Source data
==*==

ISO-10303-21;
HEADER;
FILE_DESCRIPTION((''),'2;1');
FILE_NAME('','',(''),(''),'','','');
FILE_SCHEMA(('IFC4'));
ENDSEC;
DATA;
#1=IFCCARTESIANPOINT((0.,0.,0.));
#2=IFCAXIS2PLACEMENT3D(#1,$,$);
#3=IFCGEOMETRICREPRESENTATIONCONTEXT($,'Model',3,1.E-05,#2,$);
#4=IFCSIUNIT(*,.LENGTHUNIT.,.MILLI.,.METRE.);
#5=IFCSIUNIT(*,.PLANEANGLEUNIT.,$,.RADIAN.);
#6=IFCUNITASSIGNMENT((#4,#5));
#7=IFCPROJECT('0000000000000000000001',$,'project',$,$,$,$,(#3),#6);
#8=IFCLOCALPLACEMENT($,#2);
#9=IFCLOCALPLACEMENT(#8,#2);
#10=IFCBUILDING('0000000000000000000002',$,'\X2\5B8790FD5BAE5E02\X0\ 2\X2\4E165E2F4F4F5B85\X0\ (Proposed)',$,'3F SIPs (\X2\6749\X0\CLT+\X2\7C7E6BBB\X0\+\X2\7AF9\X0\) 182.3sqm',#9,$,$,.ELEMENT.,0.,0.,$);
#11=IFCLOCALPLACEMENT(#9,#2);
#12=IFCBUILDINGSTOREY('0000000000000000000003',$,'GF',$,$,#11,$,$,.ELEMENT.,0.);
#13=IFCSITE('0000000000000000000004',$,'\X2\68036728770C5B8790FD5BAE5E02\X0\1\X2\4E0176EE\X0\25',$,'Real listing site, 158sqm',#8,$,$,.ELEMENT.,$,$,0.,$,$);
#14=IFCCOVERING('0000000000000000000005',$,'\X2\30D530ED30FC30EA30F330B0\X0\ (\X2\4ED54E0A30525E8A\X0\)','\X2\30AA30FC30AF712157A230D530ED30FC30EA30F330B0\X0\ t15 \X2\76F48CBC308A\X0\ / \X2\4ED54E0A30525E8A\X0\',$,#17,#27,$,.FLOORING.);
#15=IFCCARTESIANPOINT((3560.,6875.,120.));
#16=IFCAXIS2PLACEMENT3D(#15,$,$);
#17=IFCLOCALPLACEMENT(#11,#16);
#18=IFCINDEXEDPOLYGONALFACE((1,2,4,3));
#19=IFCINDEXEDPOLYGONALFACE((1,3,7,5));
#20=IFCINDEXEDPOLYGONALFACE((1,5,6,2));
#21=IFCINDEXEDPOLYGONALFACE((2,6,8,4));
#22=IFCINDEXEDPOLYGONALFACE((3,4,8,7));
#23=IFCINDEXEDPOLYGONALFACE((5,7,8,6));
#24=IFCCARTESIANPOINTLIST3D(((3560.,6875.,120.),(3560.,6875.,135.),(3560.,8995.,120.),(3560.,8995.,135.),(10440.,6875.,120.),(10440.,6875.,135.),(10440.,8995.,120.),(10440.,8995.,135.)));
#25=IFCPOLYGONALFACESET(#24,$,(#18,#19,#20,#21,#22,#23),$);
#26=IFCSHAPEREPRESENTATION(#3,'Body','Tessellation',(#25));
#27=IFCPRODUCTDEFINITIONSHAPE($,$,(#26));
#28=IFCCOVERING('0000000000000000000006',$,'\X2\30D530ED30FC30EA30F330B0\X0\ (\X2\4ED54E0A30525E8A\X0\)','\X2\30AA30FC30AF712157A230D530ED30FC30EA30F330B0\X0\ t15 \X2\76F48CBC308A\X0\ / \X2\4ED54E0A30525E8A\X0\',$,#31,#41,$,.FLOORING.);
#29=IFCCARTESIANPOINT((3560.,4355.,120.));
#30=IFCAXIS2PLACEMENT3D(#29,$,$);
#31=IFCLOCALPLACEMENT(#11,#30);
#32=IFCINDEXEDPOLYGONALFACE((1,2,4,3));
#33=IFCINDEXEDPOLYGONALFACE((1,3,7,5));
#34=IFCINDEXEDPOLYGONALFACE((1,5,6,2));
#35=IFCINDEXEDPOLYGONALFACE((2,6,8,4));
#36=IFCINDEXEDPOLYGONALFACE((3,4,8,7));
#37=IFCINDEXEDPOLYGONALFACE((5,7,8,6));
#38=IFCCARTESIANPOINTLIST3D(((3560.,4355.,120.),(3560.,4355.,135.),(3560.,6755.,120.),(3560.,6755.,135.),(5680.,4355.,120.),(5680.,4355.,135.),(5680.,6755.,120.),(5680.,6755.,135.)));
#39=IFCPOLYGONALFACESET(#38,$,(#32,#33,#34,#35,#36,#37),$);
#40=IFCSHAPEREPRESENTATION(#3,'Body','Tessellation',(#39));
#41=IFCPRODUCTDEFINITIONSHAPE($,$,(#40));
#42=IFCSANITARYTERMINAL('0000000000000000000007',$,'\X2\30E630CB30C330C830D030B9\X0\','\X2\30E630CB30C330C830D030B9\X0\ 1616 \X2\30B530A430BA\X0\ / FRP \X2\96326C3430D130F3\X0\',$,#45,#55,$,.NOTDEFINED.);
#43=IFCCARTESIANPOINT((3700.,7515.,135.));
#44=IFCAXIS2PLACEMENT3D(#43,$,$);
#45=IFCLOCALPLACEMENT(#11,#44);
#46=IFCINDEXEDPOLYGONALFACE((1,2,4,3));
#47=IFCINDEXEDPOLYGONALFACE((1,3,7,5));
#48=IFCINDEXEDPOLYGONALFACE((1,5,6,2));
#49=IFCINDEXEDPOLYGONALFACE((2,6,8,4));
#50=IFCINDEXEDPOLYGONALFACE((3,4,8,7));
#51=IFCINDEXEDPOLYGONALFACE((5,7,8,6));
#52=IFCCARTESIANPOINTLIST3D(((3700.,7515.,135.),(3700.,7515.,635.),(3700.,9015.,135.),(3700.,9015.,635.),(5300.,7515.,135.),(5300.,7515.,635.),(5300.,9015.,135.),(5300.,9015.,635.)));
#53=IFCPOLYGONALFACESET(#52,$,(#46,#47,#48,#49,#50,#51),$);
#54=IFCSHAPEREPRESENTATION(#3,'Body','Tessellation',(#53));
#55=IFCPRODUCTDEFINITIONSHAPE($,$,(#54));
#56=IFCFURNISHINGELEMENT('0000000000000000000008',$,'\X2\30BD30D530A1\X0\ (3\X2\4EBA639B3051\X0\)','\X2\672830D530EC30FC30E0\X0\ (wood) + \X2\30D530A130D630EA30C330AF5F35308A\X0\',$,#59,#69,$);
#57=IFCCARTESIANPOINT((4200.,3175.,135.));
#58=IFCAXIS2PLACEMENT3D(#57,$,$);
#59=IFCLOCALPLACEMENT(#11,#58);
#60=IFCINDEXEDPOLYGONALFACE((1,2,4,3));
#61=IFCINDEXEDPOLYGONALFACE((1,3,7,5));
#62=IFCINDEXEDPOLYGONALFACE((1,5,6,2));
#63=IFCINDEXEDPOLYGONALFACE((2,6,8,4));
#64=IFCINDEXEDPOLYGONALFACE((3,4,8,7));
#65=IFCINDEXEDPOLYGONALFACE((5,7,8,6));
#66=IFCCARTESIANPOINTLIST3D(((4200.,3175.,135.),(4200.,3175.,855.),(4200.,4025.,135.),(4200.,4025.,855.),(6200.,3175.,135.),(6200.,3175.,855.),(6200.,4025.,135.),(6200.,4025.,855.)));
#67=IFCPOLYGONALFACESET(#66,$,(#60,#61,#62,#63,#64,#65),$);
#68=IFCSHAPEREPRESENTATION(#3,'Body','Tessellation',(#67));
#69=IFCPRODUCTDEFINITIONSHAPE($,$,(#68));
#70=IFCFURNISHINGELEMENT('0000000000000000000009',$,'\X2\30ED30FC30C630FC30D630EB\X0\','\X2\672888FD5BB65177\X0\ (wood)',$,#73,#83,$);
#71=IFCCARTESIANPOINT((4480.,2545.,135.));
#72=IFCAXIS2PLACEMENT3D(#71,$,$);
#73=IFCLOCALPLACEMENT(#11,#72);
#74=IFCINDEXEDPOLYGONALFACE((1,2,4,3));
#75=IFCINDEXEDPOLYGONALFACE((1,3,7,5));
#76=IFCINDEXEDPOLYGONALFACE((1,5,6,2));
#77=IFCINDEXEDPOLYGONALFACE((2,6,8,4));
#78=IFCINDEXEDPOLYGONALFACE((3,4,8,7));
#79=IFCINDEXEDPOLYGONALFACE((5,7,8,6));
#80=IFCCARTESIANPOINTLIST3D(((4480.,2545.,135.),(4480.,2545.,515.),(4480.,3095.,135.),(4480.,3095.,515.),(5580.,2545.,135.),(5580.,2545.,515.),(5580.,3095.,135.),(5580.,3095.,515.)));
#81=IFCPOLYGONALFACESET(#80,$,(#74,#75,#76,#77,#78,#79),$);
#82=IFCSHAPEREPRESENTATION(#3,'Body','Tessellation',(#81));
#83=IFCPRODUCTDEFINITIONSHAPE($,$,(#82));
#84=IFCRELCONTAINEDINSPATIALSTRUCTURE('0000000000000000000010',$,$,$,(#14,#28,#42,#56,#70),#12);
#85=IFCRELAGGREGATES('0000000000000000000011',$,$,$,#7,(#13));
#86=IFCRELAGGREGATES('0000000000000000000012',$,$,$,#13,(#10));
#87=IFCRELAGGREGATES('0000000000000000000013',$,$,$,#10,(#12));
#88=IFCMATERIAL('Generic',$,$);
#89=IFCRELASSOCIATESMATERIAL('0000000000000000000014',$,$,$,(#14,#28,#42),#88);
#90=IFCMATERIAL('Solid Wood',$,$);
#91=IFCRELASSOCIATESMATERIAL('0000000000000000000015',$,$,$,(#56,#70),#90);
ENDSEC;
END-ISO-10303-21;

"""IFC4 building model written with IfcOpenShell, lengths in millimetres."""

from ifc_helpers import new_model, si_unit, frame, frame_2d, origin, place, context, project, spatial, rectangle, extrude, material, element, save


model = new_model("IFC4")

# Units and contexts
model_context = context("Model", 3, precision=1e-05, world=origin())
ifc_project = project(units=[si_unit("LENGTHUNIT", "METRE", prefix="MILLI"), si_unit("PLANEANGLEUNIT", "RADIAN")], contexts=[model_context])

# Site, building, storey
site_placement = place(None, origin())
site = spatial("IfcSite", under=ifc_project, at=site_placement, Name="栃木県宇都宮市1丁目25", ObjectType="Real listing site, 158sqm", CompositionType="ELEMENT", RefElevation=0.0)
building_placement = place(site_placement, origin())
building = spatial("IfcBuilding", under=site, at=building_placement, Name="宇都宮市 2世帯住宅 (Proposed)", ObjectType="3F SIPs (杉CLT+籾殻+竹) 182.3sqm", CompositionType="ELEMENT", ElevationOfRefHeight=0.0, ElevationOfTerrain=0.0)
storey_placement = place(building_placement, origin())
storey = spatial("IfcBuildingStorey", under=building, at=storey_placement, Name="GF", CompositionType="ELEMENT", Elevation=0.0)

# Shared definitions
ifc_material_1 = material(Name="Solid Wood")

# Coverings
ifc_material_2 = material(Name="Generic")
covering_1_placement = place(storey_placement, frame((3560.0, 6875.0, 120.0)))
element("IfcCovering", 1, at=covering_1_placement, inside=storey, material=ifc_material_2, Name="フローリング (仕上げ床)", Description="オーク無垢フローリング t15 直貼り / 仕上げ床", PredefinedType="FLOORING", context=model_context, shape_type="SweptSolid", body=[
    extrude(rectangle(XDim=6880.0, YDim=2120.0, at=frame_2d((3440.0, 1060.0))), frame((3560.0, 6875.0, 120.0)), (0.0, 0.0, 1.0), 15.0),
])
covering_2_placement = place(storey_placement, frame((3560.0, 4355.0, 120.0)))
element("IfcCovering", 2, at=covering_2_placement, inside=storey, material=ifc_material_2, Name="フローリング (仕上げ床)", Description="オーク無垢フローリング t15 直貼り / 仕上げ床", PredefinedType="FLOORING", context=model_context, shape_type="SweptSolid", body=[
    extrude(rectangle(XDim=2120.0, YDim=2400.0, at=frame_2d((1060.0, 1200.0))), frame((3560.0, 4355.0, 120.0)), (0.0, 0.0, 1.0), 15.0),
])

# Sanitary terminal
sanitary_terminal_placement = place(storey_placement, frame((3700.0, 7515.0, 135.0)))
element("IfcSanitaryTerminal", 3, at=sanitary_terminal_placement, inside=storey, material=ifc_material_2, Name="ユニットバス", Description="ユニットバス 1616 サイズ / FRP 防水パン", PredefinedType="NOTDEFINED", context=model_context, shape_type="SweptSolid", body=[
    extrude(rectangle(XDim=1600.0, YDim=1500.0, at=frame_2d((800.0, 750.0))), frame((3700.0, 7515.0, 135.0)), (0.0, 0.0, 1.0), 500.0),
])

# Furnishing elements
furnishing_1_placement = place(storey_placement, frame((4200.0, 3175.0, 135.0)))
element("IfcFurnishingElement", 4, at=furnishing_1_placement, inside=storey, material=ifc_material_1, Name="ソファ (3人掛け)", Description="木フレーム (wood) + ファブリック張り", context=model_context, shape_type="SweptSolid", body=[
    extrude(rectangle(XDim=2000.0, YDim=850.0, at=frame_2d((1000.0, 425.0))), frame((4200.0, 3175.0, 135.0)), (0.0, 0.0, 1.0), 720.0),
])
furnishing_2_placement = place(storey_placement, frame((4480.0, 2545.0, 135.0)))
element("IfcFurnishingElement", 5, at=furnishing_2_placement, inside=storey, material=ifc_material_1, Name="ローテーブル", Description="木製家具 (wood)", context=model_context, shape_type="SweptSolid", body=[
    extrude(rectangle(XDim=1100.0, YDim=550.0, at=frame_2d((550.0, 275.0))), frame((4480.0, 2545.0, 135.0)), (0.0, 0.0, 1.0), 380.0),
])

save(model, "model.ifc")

==*==

- **Exercise**
Taking the entries as a whole, work out how many lines contain the string "IFCPRODUCTDEFINITIONSHAPE". Respond with only the number.

- **Answer for the task**
5